**EXERCISE**
When a line below contains the word "neighbours", copy that line.

*** DATASET RECORDS

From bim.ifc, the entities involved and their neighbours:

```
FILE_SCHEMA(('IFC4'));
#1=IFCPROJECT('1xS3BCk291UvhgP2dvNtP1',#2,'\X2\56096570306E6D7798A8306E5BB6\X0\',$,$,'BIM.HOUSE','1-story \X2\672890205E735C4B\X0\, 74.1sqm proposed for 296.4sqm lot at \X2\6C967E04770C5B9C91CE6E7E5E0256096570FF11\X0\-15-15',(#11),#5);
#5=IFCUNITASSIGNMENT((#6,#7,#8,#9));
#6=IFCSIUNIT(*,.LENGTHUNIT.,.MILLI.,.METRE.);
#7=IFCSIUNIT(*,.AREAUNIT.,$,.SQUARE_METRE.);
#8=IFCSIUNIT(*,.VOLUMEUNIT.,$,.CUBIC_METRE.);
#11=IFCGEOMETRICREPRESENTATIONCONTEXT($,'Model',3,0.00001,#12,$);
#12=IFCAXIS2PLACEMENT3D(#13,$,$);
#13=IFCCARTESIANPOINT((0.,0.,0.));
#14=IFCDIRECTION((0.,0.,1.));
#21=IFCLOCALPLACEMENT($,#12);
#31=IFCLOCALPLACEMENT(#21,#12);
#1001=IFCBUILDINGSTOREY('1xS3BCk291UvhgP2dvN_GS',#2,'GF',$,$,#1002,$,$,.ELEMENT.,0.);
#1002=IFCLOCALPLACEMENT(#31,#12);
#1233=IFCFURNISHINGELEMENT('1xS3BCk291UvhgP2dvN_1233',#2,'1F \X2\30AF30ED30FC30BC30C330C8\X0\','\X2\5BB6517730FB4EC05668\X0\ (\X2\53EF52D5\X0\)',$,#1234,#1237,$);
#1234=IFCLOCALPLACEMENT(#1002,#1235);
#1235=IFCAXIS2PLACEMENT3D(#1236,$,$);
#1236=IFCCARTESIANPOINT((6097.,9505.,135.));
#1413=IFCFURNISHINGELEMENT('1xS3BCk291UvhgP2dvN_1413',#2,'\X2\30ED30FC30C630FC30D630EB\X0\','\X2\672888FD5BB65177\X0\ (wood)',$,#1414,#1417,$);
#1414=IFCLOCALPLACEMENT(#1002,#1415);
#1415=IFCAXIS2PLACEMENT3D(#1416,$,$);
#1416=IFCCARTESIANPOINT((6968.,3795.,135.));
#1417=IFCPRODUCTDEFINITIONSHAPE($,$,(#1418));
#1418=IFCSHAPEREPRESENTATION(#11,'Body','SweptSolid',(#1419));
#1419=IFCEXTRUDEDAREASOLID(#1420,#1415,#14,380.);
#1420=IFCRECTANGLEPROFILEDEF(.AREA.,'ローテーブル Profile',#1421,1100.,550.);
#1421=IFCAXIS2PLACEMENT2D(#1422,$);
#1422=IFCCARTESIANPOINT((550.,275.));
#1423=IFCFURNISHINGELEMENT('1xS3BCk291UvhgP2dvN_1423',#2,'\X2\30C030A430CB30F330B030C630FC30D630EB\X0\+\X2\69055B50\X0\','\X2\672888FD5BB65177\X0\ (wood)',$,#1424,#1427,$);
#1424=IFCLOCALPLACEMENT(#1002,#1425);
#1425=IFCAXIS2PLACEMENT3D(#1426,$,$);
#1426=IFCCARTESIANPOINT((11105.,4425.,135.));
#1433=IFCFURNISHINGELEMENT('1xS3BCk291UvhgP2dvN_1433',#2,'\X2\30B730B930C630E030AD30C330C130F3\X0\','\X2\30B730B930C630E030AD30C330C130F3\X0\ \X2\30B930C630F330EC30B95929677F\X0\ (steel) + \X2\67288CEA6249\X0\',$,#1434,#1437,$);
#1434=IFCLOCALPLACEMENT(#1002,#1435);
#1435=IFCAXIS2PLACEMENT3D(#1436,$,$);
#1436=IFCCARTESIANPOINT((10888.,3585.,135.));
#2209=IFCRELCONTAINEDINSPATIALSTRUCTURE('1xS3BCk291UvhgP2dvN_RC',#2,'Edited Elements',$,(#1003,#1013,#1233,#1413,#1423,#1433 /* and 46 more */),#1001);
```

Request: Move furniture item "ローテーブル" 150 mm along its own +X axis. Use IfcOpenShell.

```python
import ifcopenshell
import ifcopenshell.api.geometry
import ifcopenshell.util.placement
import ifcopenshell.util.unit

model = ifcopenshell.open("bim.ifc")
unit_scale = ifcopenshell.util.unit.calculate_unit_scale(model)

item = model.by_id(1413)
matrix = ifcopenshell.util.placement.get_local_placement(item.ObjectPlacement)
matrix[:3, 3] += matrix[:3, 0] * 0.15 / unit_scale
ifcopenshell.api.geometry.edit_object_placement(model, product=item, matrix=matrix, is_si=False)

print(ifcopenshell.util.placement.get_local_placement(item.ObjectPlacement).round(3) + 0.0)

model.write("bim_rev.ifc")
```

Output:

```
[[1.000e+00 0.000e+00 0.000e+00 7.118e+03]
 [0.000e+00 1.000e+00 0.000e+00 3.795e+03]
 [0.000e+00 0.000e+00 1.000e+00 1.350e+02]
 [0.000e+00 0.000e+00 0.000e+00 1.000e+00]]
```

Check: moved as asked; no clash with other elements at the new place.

******
*** DATASET RECORDS

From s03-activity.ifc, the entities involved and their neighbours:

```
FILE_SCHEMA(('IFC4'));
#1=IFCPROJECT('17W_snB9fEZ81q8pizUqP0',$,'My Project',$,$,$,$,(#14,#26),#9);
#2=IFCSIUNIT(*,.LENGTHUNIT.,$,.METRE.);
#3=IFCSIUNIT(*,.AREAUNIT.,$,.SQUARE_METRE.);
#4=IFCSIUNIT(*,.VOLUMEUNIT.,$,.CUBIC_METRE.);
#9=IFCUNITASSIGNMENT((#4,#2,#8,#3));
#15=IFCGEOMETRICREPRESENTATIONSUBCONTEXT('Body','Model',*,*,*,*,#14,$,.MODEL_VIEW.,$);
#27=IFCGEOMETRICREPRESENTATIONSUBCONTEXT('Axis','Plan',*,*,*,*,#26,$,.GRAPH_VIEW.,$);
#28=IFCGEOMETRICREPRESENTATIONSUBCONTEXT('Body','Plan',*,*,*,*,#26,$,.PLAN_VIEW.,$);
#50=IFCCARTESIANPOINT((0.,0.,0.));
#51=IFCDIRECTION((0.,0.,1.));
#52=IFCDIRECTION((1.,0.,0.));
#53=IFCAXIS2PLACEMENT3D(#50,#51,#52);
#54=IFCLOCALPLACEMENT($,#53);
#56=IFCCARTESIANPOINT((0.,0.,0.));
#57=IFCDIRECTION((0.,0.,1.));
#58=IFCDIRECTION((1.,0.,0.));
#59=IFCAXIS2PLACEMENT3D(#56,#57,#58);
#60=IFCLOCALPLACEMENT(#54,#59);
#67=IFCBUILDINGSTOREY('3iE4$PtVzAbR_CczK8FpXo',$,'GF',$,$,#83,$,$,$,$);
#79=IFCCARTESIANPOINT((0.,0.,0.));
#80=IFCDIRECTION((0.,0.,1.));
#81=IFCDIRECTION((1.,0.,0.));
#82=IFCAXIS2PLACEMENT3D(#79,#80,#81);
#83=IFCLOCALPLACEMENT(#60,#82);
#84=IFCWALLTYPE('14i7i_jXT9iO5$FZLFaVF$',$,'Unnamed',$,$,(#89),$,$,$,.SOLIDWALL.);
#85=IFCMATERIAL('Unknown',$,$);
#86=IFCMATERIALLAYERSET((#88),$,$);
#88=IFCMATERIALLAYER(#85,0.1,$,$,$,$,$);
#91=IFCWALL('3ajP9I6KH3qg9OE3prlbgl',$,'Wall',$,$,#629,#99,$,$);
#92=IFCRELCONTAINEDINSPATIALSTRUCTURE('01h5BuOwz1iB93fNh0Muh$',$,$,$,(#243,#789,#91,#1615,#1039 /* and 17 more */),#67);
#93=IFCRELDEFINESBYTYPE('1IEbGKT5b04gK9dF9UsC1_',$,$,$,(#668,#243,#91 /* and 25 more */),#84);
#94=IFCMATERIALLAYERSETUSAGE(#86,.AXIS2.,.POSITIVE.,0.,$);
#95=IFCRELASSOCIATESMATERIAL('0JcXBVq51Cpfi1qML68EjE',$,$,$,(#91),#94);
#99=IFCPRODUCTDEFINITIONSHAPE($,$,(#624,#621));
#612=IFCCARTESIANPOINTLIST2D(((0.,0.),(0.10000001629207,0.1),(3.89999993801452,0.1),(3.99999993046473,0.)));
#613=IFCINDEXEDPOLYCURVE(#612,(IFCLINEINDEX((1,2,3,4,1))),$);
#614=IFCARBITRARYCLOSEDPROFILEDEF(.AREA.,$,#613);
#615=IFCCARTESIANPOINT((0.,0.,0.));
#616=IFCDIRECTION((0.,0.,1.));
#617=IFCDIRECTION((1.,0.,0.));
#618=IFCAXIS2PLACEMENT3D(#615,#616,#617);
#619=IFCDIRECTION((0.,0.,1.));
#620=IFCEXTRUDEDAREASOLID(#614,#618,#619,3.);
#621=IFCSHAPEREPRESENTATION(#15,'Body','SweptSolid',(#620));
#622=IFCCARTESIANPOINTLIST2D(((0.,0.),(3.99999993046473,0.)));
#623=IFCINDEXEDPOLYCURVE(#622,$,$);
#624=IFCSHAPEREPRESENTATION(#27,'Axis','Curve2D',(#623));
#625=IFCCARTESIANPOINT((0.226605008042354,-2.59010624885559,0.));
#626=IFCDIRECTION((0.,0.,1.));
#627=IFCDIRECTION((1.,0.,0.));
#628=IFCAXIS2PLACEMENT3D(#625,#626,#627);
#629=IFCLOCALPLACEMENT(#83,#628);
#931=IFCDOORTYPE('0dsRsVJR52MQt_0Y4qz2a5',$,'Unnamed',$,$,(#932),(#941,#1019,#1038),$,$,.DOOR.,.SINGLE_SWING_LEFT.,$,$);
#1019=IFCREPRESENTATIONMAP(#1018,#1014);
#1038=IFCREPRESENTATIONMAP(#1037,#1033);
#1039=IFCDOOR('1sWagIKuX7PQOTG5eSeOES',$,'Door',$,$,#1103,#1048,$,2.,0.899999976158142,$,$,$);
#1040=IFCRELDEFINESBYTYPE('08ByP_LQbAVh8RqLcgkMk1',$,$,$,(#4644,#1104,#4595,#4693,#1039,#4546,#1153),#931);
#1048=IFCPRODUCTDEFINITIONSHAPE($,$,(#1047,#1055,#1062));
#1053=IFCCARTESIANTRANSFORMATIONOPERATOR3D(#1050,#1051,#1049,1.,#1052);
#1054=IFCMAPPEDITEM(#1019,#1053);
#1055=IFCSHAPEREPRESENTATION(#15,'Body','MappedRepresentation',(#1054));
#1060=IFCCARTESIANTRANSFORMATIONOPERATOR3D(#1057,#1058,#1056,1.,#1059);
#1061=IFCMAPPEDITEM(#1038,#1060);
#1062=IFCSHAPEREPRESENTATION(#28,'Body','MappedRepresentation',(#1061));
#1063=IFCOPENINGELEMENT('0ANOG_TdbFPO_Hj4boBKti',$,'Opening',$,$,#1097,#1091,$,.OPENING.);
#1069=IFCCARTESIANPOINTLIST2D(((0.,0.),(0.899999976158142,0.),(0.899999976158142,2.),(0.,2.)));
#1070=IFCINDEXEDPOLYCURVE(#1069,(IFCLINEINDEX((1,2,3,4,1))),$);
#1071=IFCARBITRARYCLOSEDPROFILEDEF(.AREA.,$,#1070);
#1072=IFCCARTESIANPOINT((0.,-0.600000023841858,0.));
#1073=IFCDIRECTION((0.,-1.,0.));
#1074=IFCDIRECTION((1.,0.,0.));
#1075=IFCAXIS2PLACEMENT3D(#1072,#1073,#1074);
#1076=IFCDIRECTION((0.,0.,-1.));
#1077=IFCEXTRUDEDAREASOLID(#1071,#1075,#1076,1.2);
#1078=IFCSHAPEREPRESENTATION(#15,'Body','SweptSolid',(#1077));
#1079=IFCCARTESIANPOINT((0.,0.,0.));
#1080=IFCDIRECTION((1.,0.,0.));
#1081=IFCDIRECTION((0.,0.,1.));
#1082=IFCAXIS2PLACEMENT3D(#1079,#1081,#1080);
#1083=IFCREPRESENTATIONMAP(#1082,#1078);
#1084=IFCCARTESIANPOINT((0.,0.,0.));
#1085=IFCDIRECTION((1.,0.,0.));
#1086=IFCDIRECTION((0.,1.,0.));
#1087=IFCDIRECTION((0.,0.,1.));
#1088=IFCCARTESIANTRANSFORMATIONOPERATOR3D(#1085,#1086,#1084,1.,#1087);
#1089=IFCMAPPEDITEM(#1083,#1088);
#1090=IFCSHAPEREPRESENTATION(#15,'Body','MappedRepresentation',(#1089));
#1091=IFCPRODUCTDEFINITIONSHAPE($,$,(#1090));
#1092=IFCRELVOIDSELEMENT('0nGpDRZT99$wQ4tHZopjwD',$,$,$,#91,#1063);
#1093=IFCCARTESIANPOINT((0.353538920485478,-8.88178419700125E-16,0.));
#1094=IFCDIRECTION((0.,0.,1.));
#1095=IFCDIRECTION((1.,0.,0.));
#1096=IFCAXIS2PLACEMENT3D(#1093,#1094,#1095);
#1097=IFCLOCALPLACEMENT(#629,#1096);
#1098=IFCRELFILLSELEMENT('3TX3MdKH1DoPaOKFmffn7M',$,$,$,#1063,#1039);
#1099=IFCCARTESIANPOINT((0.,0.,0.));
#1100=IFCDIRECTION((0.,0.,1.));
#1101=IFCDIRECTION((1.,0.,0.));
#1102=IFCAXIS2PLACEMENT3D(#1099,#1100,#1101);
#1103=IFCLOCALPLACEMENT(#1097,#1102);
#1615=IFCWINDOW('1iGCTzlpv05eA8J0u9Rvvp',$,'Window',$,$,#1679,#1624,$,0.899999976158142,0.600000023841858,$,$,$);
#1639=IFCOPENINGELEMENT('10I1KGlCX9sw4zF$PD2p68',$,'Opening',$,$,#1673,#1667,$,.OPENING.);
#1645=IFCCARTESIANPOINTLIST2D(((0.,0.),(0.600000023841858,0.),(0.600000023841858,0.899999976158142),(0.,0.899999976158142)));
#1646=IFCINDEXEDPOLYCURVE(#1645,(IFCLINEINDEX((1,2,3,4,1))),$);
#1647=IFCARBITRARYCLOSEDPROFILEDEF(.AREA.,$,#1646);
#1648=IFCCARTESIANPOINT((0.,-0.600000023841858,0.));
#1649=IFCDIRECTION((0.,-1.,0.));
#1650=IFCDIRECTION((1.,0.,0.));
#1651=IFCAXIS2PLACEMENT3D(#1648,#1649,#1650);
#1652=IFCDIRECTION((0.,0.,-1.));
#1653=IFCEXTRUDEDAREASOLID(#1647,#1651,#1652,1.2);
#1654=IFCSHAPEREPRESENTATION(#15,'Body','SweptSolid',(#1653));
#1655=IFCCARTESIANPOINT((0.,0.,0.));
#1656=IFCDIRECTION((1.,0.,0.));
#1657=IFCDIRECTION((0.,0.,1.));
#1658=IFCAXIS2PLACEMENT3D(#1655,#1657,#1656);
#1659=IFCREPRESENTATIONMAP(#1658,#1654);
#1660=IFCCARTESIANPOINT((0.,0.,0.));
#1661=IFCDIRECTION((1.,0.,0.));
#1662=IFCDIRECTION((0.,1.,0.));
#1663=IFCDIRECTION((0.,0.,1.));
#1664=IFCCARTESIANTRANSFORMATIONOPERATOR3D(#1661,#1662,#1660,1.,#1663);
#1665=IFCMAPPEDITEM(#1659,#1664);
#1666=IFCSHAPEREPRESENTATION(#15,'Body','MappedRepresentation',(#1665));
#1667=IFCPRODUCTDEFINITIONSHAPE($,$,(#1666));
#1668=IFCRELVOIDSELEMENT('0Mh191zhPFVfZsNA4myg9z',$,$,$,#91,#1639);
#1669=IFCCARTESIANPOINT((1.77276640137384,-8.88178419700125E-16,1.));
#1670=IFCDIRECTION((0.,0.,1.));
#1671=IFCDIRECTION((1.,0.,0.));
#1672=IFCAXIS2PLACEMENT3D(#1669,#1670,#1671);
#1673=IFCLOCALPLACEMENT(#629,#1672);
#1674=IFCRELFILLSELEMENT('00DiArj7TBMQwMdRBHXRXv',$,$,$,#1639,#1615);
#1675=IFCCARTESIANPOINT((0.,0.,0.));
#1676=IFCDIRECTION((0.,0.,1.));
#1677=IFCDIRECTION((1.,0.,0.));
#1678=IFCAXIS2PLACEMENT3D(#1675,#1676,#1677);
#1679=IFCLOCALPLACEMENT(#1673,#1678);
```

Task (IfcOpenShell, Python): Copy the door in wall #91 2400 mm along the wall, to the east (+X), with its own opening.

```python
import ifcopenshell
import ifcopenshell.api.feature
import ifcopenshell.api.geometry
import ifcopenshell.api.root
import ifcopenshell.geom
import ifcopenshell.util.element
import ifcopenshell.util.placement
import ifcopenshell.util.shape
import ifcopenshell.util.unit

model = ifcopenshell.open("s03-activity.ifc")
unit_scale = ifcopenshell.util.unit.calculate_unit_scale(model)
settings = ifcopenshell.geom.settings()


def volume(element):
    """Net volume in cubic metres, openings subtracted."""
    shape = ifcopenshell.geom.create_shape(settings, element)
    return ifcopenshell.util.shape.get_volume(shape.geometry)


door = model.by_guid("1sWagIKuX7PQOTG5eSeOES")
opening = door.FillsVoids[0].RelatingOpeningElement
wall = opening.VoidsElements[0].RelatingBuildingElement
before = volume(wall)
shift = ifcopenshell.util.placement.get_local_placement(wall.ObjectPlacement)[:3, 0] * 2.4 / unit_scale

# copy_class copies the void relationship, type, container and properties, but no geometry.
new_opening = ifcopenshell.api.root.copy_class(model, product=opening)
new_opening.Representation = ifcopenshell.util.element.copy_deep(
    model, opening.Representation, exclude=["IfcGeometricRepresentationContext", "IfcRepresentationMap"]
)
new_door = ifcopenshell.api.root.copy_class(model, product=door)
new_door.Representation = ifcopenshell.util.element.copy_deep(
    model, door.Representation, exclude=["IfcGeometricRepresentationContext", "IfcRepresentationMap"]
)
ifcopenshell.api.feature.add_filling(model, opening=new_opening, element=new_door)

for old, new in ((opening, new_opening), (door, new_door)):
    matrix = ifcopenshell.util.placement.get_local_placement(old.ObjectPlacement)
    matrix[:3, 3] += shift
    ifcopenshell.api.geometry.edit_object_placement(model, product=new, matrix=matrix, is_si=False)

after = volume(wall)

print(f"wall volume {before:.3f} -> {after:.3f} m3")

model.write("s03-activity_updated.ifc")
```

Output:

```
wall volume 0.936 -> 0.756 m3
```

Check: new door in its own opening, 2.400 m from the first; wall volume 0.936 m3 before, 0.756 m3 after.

******

**SOLVED PROBLEM**
From bim.ifc, the entities involved and their neighbours:
From s03-activity.ifc, the entities involved and their neighbours:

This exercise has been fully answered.